We go to Vegas annually for a convention. We budget show money and gambling money. We’ll play 5$ blackjack and try to make it last as long as we can. The rule is we quit when we are either tapped out or we have tripled our initial stake. If we tap out on triple, we’re gonna have one hell of a nice dinner somewhere the next night!
Nah, I knew I could be a minor pain in the ass. I also know that my parents greatest joy was watching me go through the same thing with my own minor hellions. My chance to gloat is (hopefully) still a few years away. Let’s face it, even basically good kids can still often be handfuls.
I’ve been to Vegas a couple of times, first as a teenager with my family, and later as an adult with my wife.
As a teenager (Too young to gamble/drink, but old enough to know there were cheap drinks and shows with attractive naked women in them going on) I still had a great time there, with Mum & Dad taking turns to supervise us or make sure we were doing something (at a show, for example) and as a family we spent a lot of time seeing the sights- Just sitting in a restaurant on the Strip watching the colourful procession of drunk tourists stagger past, the Grand Canyon, the Casinos themselves (which, even sans gambling, are pretty impressive), the buffets, and so on. We all had a great time and it’s a fond family holiday memory.
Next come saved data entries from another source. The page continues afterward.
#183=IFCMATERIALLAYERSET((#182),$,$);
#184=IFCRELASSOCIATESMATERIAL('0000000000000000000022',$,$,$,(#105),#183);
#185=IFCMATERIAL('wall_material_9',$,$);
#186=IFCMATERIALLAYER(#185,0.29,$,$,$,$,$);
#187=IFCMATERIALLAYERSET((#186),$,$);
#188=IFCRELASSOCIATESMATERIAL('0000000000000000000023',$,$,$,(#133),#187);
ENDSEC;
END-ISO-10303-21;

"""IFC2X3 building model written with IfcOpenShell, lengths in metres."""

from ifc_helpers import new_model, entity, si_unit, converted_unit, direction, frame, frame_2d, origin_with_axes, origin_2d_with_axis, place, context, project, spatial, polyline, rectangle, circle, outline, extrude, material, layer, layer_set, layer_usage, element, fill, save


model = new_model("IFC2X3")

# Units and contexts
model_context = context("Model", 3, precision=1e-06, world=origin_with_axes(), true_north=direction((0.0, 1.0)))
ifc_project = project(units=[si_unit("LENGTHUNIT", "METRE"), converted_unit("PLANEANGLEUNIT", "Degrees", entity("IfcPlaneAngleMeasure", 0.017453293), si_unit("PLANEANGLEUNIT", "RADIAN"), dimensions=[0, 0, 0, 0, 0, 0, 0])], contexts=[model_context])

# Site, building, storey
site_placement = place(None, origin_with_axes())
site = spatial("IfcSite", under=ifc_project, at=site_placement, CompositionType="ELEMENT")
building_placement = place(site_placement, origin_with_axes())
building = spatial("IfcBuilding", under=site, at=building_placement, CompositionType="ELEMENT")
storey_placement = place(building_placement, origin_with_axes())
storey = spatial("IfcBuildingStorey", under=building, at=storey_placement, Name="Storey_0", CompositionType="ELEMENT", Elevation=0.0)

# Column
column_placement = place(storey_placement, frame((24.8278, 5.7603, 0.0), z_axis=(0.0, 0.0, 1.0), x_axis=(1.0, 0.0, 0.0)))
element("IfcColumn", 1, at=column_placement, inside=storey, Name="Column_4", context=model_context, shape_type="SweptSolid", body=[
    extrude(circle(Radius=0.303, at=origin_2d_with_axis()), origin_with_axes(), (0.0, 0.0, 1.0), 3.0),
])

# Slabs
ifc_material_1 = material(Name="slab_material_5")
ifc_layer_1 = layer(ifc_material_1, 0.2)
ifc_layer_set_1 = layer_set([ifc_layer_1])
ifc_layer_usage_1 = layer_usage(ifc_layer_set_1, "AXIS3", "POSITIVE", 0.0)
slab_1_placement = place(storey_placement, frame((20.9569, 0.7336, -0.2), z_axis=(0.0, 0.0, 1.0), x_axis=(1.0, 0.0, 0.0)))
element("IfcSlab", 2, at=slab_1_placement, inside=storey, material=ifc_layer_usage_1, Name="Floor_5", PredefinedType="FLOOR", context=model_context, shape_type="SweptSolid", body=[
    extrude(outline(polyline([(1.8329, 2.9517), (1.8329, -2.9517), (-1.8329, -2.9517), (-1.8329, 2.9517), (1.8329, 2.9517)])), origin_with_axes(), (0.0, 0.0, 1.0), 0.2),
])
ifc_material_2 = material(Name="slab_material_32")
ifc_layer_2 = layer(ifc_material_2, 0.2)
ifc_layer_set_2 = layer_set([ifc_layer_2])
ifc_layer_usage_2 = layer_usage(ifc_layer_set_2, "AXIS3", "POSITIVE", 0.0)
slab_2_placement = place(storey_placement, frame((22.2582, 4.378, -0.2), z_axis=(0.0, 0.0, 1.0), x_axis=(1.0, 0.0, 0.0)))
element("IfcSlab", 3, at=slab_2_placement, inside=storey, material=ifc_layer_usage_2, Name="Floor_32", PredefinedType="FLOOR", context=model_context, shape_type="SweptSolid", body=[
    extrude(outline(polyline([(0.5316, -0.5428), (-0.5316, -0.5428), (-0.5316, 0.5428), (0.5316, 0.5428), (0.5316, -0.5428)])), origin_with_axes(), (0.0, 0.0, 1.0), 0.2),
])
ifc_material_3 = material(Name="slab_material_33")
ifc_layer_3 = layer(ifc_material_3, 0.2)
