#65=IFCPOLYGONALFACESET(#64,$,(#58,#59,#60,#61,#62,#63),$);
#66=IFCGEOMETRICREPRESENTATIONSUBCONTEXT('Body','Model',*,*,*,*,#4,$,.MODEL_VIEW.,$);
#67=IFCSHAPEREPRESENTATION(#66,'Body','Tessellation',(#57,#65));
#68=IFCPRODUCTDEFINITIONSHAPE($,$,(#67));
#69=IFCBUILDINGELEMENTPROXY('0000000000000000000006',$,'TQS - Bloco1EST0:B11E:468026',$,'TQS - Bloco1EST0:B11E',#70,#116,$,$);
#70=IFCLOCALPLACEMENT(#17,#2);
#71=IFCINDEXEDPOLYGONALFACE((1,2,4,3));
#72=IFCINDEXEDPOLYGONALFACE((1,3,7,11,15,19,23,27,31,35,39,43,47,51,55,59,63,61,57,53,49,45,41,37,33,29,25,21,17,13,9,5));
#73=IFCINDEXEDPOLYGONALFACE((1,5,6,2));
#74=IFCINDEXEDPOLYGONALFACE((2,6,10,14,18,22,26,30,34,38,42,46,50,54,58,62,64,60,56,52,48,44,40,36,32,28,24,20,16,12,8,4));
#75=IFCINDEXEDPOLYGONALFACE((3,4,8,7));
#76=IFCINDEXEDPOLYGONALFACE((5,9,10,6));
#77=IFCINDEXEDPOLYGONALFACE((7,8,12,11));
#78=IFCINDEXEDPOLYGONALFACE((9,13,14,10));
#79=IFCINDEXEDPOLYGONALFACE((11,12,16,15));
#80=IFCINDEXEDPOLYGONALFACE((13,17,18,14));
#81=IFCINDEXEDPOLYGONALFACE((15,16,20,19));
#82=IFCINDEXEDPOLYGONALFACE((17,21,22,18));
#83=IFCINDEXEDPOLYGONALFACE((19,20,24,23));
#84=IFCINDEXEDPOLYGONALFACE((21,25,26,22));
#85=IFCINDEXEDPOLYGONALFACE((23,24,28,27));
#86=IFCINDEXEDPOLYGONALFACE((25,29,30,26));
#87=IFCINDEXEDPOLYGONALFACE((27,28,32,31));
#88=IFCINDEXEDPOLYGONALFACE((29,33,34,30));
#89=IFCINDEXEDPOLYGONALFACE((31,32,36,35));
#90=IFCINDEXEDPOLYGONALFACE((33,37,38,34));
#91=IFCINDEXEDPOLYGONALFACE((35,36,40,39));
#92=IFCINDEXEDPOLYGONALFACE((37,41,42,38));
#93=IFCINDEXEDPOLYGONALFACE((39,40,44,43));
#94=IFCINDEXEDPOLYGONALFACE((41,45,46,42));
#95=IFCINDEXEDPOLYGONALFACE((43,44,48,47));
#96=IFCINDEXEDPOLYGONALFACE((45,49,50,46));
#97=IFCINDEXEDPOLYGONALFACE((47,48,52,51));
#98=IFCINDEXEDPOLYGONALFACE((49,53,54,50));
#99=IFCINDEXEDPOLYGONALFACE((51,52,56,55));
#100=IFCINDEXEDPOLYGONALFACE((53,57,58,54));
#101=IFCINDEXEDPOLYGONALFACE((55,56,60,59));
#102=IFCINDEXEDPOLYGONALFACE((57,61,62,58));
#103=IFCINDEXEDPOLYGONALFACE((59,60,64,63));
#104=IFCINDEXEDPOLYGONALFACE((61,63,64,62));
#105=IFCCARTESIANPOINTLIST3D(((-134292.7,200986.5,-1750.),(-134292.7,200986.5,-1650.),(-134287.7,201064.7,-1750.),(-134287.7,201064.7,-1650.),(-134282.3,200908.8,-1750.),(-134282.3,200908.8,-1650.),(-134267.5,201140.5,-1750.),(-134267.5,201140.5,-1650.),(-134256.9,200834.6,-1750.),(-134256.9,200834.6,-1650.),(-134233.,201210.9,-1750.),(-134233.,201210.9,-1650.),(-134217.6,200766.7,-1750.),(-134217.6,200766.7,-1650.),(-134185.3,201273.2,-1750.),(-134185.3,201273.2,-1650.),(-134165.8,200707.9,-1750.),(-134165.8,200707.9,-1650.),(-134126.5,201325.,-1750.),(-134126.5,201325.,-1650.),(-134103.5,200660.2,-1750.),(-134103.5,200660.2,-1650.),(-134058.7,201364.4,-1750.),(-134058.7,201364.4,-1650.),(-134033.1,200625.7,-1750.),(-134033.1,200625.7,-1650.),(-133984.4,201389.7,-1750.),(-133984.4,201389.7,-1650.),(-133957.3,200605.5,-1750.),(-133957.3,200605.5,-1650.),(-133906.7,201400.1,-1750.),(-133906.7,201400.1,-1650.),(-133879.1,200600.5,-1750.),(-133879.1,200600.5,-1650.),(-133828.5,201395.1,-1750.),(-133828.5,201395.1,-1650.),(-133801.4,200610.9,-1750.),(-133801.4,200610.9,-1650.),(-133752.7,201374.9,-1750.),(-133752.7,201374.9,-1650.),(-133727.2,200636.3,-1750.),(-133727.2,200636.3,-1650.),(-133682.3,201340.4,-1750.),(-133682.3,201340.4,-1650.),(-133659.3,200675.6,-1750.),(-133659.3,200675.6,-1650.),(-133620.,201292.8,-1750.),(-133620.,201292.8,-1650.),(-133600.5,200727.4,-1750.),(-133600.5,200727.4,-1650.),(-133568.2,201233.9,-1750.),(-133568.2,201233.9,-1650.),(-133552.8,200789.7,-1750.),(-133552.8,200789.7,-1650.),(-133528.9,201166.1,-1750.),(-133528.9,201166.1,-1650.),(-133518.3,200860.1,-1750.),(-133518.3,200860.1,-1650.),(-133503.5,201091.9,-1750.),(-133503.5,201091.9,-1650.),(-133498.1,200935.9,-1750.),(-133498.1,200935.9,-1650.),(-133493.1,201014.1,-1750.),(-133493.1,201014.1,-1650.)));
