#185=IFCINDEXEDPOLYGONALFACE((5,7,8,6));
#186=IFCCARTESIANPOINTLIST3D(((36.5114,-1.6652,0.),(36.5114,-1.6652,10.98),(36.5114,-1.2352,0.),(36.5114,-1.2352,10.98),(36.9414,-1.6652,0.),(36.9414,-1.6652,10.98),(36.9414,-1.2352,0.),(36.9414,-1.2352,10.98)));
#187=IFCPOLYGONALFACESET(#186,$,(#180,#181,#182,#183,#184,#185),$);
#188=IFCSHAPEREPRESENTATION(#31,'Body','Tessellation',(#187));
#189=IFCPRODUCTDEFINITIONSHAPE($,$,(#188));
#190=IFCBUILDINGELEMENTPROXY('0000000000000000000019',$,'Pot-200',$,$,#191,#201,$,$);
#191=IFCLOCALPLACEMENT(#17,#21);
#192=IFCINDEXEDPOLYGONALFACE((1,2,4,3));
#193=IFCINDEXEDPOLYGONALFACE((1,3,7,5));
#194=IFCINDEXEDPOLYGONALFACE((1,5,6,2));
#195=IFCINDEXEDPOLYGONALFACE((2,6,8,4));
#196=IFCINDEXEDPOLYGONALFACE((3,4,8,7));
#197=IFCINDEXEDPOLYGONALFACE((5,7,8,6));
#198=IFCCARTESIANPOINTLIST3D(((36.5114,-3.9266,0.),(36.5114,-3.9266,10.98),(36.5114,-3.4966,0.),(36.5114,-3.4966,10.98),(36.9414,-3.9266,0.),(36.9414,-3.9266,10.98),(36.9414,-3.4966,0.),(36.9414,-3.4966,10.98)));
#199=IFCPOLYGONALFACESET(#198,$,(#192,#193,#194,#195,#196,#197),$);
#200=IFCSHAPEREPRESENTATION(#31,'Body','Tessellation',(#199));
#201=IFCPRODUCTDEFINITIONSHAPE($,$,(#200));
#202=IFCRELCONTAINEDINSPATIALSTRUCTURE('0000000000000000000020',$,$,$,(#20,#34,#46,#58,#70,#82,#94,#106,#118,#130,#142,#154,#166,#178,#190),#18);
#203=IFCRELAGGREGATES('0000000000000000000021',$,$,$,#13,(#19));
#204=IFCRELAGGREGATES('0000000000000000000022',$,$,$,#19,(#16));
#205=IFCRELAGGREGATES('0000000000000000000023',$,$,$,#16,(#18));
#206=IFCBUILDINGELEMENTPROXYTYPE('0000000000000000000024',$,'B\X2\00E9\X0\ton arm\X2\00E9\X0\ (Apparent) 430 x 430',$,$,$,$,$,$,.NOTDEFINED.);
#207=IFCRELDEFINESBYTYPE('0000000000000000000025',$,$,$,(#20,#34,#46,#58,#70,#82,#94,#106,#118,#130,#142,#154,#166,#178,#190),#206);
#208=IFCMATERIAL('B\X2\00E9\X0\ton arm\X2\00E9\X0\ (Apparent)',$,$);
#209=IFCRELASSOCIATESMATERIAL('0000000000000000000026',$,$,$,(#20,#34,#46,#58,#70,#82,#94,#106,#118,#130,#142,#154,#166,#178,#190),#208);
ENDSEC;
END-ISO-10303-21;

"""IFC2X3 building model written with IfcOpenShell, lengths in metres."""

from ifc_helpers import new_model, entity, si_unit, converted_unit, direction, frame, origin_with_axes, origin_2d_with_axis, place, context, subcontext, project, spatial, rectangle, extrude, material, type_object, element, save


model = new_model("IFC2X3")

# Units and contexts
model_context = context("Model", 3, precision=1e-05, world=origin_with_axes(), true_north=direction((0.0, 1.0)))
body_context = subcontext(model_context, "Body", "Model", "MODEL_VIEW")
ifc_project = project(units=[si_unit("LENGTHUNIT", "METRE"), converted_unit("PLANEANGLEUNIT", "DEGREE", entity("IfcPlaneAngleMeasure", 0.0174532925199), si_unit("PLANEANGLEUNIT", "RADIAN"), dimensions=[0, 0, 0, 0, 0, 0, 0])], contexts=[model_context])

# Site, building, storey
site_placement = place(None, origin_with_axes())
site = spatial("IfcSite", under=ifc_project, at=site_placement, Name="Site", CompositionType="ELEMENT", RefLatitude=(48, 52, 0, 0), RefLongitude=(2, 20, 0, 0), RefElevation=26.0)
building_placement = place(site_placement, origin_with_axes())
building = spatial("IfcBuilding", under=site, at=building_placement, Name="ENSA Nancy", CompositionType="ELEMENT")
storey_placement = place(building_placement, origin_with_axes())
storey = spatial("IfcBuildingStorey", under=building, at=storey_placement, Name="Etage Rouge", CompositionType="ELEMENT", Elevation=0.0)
I’m not really much of a gambler (best way to win at gambling is to own the casino, after all!) but my wife (also a non-gambler) and I had a great time in Vegas the last time we visited. There were no drugs or obvious hookers or sleaze that I saw (either as a teenager or as an adult), although it’s patently obvious those things are never far away if you’re that way inclined. Point is, there’s a hell of a lot more to Las Vegas than Blackjack & Hookers [del]and Lunar Landers[/del] and I honestly don’t see the reasons for the abject horror displayed by people like the OP at the idea that there would be families with children holidaying in Las Vegas.